#### What to produce
Your task is to copy every line below that contains the word "import".

Stored items:
※
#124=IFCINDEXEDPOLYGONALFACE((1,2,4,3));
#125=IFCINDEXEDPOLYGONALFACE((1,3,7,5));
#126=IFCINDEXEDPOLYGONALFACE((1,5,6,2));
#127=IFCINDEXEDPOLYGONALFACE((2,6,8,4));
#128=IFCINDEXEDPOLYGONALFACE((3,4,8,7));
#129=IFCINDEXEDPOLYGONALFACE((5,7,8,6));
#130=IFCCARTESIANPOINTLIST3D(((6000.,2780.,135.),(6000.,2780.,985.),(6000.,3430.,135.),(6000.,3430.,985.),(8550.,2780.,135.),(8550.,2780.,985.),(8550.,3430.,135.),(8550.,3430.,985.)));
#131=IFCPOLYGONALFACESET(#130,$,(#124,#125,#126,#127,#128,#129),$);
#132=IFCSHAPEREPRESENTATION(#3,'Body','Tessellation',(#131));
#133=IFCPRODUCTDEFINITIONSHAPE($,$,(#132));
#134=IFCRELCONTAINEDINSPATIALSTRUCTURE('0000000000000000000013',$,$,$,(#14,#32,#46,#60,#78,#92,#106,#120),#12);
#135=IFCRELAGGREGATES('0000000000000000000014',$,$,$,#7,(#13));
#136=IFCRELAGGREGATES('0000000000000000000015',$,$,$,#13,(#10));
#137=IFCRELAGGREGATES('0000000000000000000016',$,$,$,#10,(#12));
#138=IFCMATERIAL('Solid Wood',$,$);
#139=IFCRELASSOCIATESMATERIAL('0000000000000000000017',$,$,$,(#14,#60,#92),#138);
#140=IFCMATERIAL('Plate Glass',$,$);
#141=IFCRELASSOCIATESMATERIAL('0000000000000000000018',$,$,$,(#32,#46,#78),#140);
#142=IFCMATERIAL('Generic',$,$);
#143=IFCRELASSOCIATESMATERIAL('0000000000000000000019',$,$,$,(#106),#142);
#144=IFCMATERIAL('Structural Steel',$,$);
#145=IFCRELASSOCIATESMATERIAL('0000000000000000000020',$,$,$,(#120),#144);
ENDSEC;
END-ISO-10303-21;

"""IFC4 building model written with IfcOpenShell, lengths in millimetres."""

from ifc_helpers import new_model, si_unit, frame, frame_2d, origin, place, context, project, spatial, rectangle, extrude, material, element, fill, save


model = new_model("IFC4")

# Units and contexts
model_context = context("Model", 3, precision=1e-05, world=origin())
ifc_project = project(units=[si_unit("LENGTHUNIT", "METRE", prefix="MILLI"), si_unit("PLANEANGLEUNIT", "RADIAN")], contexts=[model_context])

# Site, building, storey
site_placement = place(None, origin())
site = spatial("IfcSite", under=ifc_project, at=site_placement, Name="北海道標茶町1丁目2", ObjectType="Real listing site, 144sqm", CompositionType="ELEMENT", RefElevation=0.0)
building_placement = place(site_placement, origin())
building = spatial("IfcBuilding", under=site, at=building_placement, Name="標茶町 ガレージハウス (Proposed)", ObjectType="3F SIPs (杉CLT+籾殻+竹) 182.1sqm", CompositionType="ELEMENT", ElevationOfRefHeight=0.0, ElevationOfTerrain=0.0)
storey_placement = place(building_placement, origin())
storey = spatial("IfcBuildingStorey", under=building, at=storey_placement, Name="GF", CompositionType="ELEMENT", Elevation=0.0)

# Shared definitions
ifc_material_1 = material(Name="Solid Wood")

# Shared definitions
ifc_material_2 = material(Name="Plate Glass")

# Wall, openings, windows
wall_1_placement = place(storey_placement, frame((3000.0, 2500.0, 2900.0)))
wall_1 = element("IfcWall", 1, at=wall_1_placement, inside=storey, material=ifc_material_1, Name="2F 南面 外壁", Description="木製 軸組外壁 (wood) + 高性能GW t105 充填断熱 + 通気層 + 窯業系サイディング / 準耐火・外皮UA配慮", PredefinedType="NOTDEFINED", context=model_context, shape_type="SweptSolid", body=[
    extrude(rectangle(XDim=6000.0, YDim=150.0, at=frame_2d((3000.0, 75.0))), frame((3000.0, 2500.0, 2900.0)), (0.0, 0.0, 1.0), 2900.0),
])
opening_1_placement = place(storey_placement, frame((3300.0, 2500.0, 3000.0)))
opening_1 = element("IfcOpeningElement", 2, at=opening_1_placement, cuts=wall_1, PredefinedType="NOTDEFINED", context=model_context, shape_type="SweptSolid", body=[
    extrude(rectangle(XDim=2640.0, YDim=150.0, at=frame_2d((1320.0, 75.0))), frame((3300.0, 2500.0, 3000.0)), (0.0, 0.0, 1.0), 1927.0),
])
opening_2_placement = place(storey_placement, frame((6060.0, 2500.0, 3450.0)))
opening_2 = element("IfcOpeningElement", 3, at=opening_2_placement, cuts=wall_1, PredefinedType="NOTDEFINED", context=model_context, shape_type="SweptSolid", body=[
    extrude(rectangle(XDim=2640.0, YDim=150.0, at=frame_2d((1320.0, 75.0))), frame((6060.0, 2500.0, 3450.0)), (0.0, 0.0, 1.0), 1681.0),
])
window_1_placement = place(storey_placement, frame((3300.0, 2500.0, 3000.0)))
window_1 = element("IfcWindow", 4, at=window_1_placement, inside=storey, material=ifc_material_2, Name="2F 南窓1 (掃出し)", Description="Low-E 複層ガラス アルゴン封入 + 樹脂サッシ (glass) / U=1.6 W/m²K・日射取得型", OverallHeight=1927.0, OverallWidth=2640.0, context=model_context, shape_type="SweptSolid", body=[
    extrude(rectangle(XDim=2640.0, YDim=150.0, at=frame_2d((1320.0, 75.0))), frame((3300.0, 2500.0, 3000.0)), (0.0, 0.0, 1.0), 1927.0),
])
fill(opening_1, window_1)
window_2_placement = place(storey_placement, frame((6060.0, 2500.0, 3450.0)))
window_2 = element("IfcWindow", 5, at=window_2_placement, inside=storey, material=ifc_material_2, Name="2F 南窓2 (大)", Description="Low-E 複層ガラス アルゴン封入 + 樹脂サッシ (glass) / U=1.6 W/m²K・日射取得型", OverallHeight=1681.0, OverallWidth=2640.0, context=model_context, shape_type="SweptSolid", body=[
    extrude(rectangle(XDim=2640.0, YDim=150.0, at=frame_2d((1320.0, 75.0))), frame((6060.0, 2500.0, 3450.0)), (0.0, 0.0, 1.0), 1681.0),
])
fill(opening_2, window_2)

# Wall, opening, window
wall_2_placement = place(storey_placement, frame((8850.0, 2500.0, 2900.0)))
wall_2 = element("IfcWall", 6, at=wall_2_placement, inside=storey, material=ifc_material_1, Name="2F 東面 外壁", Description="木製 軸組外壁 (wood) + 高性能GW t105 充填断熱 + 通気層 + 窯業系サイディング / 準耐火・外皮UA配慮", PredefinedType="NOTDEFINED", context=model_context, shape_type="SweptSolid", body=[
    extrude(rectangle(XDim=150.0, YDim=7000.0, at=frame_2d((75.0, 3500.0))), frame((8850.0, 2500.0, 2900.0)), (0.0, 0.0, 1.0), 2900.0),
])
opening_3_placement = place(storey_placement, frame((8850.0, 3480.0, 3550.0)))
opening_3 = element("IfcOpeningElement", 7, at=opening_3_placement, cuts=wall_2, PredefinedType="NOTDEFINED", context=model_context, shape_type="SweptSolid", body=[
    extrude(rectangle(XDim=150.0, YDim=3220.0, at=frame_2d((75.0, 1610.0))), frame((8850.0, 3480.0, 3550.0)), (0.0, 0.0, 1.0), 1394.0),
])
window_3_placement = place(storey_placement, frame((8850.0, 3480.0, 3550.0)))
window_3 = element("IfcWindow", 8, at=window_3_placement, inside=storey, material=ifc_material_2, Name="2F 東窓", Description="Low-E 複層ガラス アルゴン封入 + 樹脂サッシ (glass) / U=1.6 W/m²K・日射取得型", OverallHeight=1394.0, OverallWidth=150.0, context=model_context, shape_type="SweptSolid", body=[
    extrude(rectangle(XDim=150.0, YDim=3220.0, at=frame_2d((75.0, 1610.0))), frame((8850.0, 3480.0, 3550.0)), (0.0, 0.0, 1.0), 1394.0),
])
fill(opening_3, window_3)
※
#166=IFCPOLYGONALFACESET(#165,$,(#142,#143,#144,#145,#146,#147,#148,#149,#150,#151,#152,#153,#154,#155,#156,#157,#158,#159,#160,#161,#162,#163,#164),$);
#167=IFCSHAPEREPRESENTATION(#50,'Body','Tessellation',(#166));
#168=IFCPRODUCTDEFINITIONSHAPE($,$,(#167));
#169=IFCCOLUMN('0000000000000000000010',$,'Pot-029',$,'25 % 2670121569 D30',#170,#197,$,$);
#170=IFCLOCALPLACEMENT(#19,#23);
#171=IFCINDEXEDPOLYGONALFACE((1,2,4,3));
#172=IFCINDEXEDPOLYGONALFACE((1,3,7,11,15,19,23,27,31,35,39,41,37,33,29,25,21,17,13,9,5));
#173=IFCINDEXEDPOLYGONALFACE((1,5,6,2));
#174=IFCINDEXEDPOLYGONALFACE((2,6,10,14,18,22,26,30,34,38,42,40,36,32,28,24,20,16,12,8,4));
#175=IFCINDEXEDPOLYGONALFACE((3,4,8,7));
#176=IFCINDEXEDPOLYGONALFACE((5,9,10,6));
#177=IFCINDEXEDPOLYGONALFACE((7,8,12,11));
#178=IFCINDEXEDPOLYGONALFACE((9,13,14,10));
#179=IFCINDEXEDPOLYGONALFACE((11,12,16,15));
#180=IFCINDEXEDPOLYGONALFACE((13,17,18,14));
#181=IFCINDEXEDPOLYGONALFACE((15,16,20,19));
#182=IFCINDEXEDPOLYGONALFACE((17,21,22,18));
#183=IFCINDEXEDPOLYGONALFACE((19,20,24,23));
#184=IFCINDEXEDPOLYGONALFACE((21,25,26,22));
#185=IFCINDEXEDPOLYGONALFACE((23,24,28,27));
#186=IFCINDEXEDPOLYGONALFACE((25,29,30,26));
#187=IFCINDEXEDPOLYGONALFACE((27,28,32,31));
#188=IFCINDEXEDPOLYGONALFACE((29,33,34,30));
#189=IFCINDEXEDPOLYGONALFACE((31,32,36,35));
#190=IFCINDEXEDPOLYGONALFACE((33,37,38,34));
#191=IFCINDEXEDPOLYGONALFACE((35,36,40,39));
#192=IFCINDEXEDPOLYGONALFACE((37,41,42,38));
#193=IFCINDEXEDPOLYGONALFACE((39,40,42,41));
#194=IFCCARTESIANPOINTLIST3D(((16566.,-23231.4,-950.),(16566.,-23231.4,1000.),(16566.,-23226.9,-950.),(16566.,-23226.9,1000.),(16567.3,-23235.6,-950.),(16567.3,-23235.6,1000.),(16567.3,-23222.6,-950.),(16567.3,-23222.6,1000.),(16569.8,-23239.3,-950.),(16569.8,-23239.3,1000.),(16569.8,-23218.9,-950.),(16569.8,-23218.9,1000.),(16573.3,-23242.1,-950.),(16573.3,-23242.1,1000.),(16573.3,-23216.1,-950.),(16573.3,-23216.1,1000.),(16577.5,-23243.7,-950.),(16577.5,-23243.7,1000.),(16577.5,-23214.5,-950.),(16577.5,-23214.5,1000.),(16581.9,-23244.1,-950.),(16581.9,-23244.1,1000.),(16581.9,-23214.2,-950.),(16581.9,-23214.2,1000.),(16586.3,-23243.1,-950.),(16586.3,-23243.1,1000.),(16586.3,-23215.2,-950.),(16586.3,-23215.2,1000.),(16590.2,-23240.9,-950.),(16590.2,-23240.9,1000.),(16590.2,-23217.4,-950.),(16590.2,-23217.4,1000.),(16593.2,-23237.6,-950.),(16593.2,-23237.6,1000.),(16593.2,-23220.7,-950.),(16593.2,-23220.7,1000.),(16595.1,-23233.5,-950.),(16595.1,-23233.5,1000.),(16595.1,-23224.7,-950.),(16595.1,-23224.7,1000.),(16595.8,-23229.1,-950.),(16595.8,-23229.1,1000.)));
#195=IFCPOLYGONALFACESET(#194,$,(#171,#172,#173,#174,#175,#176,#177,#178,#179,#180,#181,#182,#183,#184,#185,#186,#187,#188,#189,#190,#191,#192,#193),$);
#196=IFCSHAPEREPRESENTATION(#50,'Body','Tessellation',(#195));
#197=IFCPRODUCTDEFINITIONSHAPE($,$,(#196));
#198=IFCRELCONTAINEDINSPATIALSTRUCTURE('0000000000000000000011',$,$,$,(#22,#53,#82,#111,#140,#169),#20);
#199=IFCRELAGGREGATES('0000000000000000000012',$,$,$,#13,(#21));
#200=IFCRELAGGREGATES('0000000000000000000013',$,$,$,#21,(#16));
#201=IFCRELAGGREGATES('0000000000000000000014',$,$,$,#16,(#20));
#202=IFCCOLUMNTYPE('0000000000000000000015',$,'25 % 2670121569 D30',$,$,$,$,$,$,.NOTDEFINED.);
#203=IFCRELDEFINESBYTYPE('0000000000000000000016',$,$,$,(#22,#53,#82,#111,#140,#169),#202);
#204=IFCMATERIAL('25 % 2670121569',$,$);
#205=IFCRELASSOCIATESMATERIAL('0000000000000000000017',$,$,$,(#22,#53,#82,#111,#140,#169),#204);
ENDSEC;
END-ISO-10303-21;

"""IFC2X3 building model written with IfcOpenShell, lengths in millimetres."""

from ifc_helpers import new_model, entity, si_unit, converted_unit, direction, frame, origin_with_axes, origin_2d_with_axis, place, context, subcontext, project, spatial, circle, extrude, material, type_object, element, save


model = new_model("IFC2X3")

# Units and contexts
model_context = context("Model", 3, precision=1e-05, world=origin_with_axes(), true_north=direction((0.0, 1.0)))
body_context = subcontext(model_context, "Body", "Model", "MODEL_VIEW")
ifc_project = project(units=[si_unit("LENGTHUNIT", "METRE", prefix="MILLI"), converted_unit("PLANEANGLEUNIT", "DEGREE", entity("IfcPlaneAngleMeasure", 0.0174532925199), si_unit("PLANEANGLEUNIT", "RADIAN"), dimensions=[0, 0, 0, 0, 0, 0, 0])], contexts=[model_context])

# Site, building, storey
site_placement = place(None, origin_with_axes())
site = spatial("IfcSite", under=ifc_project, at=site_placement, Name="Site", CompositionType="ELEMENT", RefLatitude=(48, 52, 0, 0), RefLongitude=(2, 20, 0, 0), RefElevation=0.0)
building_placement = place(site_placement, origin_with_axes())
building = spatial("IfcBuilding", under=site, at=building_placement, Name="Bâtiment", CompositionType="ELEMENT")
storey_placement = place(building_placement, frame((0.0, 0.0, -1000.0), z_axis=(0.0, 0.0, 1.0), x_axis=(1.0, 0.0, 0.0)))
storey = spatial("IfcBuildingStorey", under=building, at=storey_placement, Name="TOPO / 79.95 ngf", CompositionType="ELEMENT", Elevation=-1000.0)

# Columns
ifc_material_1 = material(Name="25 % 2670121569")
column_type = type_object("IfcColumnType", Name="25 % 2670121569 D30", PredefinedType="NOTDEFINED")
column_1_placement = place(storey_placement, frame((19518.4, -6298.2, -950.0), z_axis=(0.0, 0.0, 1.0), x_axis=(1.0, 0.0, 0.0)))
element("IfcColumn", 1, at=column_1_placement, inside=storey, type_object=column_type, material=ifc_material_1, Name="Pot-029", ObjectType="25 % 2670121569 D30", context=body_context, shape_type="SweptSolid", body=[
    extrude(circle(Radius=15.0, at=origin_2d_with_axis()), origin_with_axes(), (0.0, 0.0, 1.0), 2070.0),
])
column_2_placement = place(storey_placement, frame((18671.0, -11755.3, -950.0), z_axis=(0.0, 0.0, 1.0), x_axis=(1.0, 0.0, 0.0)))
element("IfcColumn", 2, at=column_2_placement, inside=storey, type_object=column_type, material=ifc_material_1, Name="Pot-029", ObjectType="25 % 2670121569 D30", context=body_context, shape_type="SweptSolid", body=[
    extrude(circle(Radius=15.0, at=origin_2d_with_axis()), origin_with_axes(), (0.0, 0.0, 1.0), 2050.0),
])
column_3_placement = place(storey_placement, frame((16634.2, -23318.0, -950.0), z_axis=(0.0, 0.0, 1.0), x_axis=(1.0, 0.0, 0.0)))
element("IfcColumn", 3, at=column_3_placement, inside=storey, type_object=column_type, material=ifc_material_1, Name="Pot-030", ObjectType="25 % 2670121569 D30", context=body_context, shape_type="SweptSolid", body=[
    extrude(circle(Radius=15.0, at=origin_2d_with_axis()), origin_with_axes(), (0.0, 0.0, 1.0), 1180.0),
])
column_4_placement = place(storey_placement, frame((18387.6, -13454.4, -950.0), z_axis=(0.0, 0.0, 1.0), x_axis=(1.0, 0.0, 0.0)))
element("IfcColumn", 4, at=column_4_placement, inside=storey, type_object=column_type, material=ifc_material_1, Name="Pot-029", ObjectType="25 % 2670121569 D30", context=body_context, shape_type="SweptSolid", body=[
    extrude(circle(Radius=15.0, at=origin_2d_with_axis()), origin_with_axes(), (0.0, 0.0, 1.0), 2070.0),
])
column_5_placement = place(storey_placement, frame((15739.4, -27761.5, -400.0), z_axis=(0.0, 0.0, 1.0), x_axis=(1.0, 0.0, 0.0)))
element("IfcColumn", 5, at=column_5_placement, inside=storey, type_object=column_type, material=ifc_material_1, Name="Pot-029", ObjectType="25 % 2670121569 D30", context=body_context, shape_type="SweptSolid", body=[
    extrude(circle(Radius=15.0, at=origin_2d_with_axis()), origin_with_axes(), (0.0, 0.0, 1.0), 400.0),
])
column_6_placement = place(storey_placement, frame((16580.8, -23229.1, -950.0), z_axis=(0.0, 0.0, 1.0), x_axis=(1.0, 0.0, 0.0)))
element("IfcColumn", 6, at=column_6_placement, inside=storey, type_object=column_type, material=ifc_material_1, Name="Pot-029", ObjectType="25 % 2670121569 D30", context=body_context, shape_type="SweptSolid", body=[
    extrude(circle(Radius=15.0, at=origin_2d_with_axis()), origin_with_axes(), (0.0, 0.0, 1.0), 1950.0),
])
※
#### Solution
from ifc_helpers import new_model, si_unit, frame, frame_2d, origin, place, context, project, spatial, rectangle, extrude, material, element, fill, save
from ifc_helpers import new_model, entity, si_unit, converted_unit, direction, frame, origin_with_axes, origin_2d_with_axis, place, context, subcontext, project, spatial, circle, extrude, material, type_object, element, save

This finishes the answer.